Analysis of the issue

  • Paradox of Criminalization: Invoking “murder” charges is politically strong but may drive small dairy operators underground, paradoxically undermining oversight.
  • Safe Harbour Provisions: Operators who voluntarily report contamination should receive reduced penalties — incentivizing transparency over concealment.
  • FSSAI’s Structural Weakness: FSSAI is overstretched — it licenses all food businesses but has limited field inspection capacity; relies heavily on state food safety departments which are equally under-resourced.

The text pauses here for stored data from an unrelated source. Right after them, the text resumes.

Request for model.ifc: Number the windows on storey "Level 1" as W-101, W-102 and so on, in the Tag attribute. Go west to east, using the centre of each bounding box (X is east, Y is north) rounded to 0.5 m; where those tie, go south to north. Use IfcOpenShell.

First a look at what the model holds.

```python
import ifcopenshell
import ifcopenshell.util.element
import ifcopenshell.util.placement

model = ifcopenshell.open("model.ifc")
print(model.schema)
storey = next(s for s in model.by_type("IfcBuildingStorey") if s.Name == "Level 1")
windows = [e for e in ifcopenshell.util.element.get_decomposition(storey) if e.is_a("IfcWindow")]
for e in sorted(windows, key=lambda e: e.id()):
    origin = ifcopenshell.util.placement.get_local_placement(e.ObjectPlacement)[:3, 3]
    print(e.id(), e.Tag, e.Name, origin.round(2) + 0.0, sep=" | ")
```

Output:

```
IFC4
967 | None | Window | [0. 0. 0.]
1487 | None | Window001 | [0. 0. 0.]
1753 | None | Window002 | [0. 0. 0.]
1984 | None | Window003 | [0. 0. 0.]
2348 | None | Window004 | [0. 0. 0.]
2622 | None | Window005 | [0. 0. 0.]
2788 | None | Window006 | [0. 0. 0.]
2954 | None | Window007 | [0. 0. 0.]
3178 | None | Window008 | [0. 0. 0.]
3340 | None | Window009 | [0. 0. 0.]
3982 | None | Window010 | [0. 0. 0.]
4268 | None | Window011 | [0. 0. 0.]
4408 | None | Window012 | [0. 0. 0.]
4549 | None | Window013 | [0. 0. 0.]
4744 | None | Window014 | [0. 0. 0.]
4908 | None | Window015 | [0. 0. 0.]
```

```python
import ifcopenshell
import ifcopenshell.geom
import ifcopenshell.util.element
import ifcopenshell.util.shape

model = ifcopenshell.open("model.ifc")
settings = ifcopenshell.geom.settings()
settings.set("use-world-coords", True)


def centre(element):
    shape = ifcopenshell.geom.create_shape(settings, element)
    return ifcopenshell.util.shape.get_bbox_centroid(shape.geometry)


storey = next(s for s in model.by_type("IfcBuildingStorey") if s.Name == "Level 1")
windows = [e for e in ifcopenshell.util.element.get_decomposition(storey) if e.is_a("IfcWindow")]

# Insertion points can sit at a corner or the storey origin, so sort by the geometry (in metres).
centres = {e: centre(e) for e in windows}
windows.sort(key=lambda e: (round(centres[e][0] / 0.5), centres[e][1]))

for i, e in enumerate(windows, start=1):
    number = f"W-1{i:02d}"
    e.Tag = number
    print(e.id(), number)

model.write("model_v2.ifc")
```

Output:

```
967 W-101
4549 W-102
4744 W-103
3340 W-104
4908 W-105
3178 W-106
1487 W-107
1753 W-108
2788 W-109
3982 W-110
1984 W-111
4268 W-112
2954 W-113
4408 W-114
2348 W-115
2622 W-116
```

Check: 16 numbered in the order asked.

  • 11-Year Unlicensed Operation: Indicts both FSSAI (national standards body) and municipal/panchayat authorities (local licensing) — a classic inter-governmental coordination failure.

Way Forward

  • Subsidized testing kits and cooperative chilling facilities for small dairies — reduce the cost of compliance.
  • Safe harbour provisions — reduced penalties for operators who self-report contamination early.

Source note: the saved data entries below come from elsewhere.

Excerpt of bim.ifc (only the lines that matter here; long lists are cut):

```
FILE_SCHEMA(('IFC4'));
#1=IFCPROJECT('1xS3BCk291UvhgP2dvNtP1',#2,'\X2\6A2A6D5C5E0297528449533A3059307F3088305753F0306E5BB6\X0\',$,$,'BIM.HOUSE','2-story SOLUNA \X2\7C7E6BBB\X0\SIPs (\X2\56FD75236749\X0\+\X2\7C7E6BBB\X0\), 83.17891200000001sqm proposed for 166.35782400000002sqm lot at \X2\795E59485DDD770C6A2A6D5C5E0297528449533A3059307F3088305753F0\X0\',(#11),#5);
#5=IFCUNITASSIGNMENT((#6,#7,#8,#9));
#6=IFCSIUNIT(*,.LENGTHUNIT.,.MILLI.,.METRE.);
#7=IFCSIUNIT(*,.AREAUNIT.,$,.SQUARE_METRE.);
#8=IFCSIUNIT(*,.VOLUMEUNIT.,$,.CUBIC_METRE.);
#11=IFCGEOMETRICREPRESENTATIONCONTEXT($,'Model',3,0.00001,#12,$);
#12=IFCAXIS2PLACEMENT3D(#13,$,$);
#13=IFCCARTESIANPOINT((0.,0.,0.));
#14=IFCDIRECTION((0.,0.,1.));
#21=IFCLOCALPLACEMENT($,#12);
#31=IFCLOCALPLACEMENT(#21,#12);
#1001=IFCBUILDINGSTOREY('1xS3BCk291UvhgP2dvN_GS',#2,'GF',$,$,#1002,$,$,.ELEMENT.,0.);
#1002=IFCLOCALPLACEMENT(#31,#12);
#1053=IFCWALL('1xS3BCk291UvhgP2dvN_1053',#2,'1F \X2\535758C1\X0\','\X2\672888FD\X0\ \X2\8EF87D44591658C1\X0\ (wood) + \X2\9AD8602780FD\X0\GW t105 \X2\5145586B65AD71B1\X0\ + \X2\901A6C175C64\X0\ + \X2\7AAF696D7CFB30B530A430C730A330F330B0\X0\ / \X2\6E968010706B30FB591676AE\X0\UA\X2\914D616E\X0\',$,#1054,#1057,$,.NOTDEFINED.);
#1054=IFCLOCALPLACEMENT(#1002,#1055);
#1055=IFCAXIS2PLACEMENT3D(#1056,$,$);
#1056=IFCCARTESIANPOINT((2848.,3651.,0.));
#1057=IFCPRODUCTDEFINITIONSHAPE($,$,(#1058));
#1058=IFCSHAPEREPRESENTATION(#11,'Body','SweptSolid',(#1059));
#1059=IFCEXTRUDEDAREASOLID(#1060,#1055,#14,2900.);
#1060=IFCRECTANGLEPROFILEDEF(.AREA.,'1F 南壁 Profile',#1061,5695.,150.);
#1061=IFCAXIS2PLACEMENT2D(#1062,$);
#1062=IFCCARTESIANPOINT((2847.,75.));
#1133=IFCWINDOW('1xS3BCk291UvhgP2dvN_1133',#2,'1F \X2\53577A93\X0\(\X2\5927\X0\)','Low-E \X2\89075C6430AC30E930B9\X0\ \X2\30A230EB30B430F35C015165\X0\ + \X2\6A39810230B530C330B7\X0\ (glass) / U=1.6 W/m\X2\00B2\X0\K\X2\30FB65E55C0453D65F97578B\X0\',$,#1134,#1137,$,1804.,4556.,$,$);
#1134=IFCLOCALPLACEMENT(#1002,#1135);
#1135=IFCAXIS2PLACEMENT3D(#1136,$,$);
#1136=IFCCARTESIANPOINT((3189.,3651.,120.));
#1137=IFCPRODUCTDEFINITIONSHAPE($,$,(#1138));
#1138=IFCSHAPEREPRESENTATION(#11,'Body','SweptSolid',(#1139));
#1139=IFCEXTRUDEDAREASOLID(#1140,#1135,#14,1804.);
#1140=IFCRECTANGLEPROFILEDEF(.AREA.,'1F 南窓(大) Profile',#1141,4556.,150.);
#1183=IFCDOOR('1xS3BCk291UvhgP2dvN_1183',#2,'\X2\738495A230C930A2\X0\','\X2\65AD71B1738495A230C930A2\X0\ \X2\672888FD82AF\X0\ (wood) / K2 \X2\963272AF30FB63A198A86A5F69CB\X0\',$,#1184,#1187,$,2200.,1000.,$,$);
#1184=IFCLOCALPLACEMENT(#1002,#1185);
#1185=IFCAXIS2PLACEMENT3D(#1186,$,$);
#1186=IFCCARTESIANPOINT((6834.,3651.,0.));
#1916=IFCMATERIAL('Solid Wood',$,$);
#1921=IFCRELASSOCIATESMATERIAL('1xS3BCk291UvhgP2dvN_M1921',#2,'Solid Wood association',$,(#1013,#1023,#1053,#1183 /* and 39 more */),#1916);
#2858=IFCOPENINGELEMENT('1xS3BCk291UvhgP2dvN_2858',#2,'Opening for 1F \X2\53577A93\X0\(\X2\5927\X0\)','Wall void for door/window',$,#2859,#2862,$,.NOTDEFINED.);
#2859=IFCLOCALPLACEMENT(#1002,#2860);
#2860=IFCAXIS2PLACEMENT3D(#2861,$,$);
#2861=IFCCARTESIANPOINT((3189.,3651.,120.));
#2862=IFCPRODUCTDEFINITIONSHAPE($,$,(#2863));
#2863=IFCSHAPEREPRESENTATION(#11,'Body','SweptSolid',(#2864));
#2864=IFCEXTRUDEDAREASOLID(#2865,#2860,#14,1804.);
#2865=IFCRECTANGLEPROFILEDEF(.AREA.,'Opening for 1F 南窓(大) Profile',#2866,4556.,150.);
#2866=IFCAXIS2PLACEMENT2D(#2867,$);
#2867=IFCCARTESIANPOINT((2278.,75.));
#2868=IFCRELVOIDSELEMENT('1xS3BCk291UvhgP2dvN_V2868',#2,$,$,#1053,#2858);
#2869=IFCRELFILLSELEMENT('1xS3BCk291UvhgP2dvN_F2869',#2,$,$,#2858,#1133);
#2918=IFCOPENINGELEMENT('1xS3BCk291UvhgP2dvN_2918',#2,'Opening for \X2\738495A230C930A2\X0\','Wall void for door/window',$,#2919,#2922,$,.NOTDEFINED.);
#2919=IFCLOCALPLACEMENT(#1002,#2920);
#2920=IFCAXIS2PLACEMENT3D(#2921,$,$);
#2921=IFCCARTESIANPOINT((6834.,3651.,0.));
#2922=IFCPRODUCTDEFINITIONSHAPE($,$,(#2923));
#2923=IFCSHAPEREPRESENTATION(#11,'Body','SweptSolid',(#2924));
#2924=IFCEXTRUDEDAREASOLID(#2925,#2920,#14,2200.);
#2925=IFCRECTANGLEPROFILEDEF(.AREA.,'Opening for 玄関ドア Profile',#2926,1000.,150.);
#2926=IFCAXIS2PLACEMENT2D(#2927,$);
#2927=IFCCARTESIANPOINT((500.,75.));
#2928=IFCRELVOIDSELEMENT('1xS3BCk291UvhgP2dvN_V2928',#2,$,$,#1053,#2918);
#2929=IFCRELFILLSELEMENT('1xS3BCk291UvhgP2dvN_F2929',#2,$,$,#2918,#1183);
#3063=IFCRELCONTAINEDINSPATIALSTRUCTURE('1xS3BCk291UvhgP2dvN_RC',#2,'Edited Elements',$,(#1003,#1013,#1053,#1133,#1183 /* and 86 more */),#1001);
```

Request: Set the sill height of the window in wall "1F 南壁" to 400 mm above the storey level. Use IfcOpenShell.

```python
import numpy as np
import ifcopenshell
import ifcopenshell.api.geometry
import ifcopenshell.geom
import ifcopenshell.util.element
import ifcopenshell.util.placement
import ifcopenshell.util.shape
import ifcopenshell.util.unit

model = ifcopenshell.open("bim.ifc")
unit_scale = ifcopenshell.util.unit.calculate_unit_scale(model)

window = model.by_guid("1xS3BCk291UvhgP2dvN_1133")
opening = window.FillsVoids[0].RelatingOpeningElement
storey = ifcopenshell.util.element.get_container(window, ifc_class="IfcBuildingStorey")
level = ifcopenshell.util.placement.get_local_placement(storey.ObjectPlacement)[2, 3]

# The opening's origin need not be at the sill, so measure its lowest point.
shape = ifcopenshell.geom.create_shape(ifcopenshell.geom.settings(), opening)
bottom = ifcopenshell.util.shape.get_shape_bottom_elevation(shape, shape.geometry) / unit_scale
dz = level + 0.4 / unit_scale - bottom

shift = np.array([0.0, 0.0, dz])
# The window is not placed relative to its opening, so move both.
for product in (opening, window):
    matrix = ifcopenshell.util.placement.get_local_placement(product.ObjectPlacement)
    matrix[:3, 3] += shift
    ifcopenshell.api.geometry.edit_object_placement(model, product=product, matrix=matrix, is_si=False)

print(f"moved by {dz * unit_scale:+.3f} m")

model.write("bim-out.ifc")
```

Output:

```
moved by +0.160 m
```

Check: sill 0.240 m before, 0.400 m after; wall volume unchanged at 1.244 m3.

  • Mandatory GPS-linked milk van tracking and temperature-logging for all commercial milk supply chains.
  • Strengthen FSSAI district-level enforcement — increase field inspectors; use AI-based audit targeting.
  • Consumer awareness: Promote FSSAI’s “Eat Right India” campaign; encourage purchase from licensed cooperatives.
  • Global Best Practice: EU’s HACCP (Hazard Analysis and Critical Control Points) framework — proactive safety management rather than reactive penalization.
  • Constitutional Value: Article 21 (Right to Life includes right to safe food); Article 47 (DPSP — State duty to raise nutritional standards).